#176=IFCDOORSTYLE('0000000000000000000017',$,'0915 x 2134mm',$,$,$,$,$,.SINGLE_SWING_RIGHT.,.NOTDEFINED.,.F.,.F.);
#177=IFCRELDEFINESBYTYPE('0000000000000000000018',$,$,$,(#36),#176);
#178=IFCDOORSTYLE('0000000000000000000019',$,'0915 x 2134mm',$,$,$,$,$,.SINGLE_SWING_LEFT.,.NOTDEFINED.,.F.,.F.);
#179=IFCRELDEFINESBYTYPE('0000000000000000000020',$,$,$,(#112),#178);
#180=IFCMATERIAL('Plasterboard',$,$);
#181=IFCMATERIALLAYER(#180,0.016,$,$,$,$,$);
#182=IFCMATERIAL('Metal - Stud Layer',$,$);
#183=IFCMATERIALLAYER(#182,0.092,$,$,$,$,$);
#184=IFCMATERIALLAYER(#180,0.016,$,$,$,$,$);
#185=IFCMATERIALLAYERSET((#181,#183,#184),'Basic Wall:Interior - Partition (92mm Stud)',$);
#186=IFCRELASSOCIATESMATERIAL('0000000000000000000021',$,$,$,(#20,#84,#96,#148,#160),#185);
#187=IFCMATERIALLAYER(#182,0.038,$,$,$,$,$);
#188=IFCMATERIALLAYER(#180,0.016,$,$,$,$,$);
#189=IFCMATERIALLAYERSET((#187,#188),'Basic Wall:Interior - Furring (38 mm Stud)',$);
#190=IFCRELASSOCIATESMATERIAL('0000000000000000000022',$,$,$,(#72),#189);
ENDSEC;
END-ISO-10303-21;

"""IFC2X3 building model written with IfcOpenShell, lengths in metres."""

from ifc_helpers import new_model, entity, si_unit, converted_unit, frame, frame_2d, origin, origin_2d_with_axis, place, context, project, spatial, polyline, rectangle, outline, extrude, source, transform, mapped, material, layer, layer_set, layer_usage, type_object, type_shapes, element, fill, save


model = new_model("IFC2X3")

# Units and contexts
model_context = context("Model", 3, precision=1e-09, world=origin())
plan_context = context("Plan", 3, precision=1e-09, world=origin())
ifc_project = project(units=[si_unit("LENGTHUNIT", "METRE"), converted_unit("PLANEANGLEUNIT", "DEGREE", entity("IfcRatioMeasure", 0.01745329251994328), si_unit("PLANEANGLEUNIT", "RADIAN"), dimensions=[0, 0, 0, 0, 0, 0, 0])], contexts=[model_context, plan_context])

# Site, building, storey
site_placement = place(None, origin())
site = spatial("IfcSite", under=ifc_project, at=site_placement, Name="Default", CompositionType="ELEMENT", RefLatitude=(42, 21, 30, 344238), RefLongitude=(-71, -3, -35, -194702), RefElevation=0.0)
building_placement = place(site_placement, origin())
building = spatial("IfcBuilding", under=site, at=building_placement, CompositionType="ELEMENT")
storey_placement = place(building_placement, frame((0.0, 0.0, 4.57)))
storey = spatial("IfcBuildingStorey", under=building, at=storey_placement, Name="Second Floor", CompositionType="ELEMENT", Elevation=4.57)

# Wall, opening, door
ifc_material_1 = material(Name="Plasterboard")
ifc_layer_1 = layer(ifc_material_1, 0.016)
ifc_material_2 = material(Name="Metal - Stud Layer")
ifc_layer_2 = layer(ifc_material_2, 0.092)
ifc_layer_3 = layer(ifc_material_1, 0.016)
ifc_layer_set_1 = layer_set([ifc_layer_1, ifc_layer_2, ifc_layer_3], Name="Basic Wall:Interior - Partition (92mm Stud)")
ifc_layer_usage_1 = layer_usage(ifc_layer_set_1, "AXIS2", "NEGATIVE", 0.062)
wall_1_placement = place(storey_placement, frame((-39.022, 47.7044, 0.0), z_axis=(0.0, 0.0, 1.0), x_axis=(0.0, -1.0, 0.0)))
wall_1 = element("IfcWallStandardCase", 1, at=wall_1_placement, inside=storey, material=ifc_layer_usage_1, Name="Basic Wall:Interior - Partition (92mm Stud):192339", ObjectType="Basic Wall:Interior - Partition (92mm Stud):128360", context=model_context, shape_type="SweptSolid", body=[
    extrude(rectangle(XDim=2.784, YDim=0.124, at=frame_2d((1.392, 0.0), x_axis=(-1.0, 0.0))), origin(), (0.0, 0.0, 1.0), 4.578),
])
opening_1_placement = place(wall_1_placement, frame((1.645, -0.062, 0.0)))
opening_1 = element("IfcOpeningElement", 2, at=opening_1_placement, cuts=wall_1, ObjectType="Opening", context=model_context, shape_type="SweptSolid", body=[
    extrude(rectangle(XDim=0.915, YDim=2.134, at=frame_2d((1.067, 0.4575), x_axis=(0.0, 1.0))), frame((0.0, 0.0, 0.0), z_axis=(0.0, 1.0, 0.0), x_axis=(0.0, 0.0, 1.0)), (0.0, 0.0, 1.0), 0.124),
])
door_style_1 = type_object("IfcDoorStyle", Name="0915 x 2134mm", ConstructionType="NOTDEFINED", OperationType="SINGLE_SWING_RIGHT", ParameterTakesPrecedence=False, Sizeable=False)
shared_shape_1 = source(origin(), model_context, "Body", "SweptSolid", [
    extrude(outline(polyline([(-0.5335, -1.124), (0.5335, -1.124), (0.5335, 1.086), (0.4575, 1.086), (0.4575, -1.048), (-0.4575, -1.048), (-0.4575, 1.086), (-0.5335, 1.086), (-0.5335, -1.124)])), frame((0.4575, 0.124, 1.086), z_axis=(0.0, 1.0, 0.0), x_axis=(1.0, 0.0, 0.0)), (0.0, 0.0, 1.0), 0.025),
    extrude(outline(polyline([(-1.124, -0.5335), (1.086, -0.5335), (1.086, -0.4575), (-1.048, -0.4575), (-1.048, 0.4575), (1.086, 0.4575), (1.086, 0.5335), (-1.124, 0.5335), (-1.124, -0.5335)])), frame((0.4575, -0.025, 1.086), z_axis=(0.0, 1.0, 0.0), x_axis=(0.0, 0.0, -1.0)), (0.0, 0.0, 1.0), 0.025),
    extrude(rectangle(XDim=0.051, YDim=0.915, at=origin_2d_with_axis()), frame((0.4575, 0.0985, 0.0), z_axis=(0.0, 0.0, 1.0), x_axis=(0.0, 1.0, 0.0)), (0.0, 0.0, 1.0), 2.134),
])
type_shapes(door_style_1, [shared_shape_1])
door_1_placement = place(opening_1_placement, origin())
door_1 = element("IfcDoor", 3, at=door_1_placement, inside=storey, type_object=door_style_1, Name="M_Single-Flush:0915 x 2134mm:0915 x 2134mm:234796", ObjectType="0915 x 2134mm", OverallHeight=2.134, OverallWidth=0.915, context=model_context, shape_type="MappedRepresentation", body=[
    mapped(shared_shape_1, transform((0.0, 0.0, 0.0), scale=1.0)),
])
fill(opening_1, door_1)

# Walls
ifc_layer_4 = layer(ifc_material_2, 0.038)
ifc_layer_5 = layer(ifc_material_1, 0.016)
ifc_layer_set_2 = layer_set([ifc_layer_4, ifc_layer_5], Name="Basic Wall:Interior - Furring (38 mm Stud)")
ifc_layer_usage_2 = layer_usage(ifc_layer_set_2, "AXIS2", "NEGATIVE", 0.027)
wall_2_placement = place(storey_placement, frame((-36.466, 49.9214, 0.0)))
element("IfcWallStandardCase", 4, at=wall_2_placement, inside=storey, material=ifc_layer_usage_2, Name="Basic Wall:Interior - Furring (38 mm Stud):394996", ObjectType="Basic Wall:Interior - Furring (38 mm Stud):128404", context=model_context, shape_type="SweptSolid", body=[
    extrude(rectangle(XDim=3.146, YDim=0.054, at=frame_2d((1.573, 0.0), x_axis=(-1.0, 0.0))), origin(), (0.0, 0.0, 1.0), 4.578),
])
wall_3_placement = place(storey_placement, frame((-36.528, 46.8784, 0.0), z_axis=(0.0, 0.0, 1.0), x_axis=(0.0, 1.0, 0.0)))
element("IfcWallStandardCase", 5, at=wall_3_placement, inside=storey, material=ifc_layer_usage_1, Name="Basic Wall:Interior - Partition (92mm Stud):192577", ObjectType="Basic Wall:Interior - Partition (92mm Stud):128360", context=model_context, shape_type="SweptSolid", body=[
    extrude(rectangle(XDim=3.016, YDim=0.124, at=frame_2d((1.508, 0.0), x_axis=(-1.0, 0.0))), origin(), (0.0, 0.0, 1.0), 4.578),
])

▬▬▬▬▬▬▬▬▬▬

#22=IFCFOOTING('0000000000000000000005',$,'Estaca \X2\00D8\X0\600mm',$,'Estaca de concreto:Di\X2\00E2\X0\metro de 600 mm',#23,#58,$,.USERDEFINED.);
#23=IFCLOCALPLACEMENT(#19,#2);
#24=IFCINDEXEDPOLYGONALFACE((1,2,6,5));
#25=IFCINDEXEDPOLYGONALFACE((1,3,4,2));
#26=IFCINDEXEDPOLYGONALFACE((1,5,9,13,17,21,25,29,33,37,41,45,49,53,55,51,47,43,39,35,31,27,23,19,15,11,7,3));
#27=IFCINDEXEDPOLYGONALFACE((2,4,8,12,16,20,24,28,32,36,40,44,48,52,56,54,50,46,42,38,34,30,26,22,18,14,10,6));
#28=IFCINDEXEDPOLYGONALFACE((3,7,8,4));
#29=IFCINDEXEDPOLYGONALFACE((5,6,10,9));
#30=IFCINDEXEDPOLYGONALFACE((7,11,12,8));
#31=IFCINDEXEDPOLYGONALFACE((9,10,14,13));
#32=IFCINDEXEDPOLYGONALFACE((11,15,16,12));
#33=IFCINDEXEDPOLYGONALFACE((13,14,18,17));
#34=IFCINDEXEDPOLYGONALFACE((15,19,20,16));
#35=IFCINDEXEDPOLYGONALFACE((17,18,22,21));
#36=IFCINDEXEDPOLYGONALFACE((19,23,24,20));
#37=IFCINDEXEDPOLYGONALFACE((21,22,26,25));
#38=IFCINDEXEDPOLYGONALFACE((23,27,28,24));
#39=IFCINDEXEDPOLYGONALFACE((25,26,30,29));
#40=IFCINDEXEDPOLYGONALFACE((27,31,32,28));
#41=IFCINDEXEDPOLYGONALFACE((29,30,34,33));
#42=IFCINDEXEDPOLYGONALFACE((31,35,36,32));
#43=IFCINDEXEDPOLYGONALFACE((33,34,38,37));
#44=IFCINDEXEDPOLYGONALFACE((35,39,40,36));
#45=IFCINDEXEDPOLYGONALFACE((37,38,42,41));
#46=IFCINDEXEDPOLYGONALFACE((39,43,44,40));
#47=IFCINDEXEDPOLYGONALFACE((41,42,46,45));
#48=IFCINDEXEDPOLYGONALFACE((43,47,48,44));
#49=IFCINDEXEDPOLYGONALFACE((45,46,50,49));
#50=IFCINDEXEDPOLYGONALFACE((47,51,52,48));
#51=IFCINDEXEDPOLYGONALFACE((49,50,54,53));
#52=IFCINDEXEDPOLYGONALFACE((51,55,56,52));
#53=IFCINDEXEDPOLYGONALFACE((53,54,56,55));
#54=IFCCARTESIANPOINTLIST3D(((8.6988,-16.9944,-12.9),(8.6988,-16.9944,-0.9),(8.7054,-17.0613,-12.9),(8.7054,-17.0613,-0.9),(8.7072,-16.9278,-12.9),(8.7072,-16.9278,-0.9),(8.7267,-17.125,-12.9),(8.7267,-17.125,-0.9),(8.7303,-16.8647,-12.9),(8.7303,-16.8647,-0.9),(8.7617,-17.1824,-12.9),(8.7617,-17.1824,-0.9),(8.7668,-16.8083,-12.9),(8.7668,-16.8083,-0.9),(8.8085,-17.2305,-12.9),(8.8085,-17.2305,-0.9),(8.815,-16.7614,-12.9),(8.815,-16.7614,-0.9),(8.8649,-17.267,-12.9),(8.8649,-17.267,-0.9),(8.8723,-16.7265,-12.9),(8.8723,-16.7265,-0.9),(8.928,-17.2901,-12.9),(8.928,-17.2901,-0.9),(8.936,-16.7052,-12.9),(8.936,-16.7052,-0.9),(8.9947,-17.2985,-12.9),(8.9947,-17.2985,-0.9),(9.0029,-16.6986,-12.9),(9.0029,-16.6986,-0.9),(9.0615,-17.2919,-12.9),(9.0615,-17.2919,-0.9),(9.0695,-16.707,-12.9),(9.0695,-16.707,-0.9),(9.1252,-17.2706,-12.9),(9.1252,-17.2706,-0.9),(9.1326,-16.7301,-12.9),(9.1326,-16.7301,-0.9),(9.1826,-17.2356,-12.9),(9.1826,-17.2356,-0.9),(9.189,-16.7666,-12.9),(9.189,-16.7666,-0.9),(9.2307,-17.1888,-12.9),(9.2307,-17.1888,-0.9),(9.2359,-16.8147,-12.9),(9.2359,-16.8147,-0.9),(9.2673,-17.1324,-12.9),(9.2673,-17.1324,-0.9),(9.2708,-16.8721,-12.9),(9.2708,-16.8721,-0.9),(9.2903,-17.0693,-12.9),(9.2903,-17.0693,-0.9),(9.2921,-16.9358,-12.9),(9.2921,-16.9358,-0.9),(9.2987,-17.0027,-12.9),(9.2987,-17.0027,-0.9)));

▬▬▬▬▬▬▬▬▬▬

### Problem requirements
Which lines above include the string "Basic"? Show them.

### Task output
#185=IFCMATERIALLAYERSET((#181,#183,#184),'Basic Wall:Interior - Partition (92mm Stud)',$);
#189=IFCMATERIALLAYERSET((#187,#188),'Basic Wall:Interior - Furring (38 mm Stud)',$);
ifc_layer_set_1 = layer_set([ifc_layer_1, ifc_layer_2, ifc_layer_3], Name="Basic Wall:Interior - Partition (92mm Stud)")
wall_1 = element("IfcWallStandardCase", 1, at=wall_1_placement, inside=storey, material=ifc_layer_usage_1, Name="Basic Wall:Interior - Partition (92mm Stud):192339", ObjectType="Basic Wall:Interior - Partition (92mm Stud):128360", context=model_context, shape_type="SweptSolid", body=[
ifc_layer_set_2 = layer_set([ifc_layer_4, ifc_layer_5], Name="Basic Wall:Interior - Furring (38 mm Stud)")
element("IfcWallStandardCase", 4, at=wall_2_placement, inside=storey, material=ifc_layer_usage_2, Name="Basic Wall:Interior - Furring (38 mm Stud):394996", ObjectType="Basic Wall:Interior - Furring (38 mm Stud):128404", context=model_context, shape_type="SweptSolid", body=[
element("IfcWallStandardCase", 5, at=wall_3_placement, inside=storey, material=ifc_layer_usage_1, Name="Basic Wall:Interior - Partition (92mm Stud):192577", ObjectType="Basic Wall:Interior - Partition (92mm Stud):128360", context=model_context, shape_type="SweptSolid", body=[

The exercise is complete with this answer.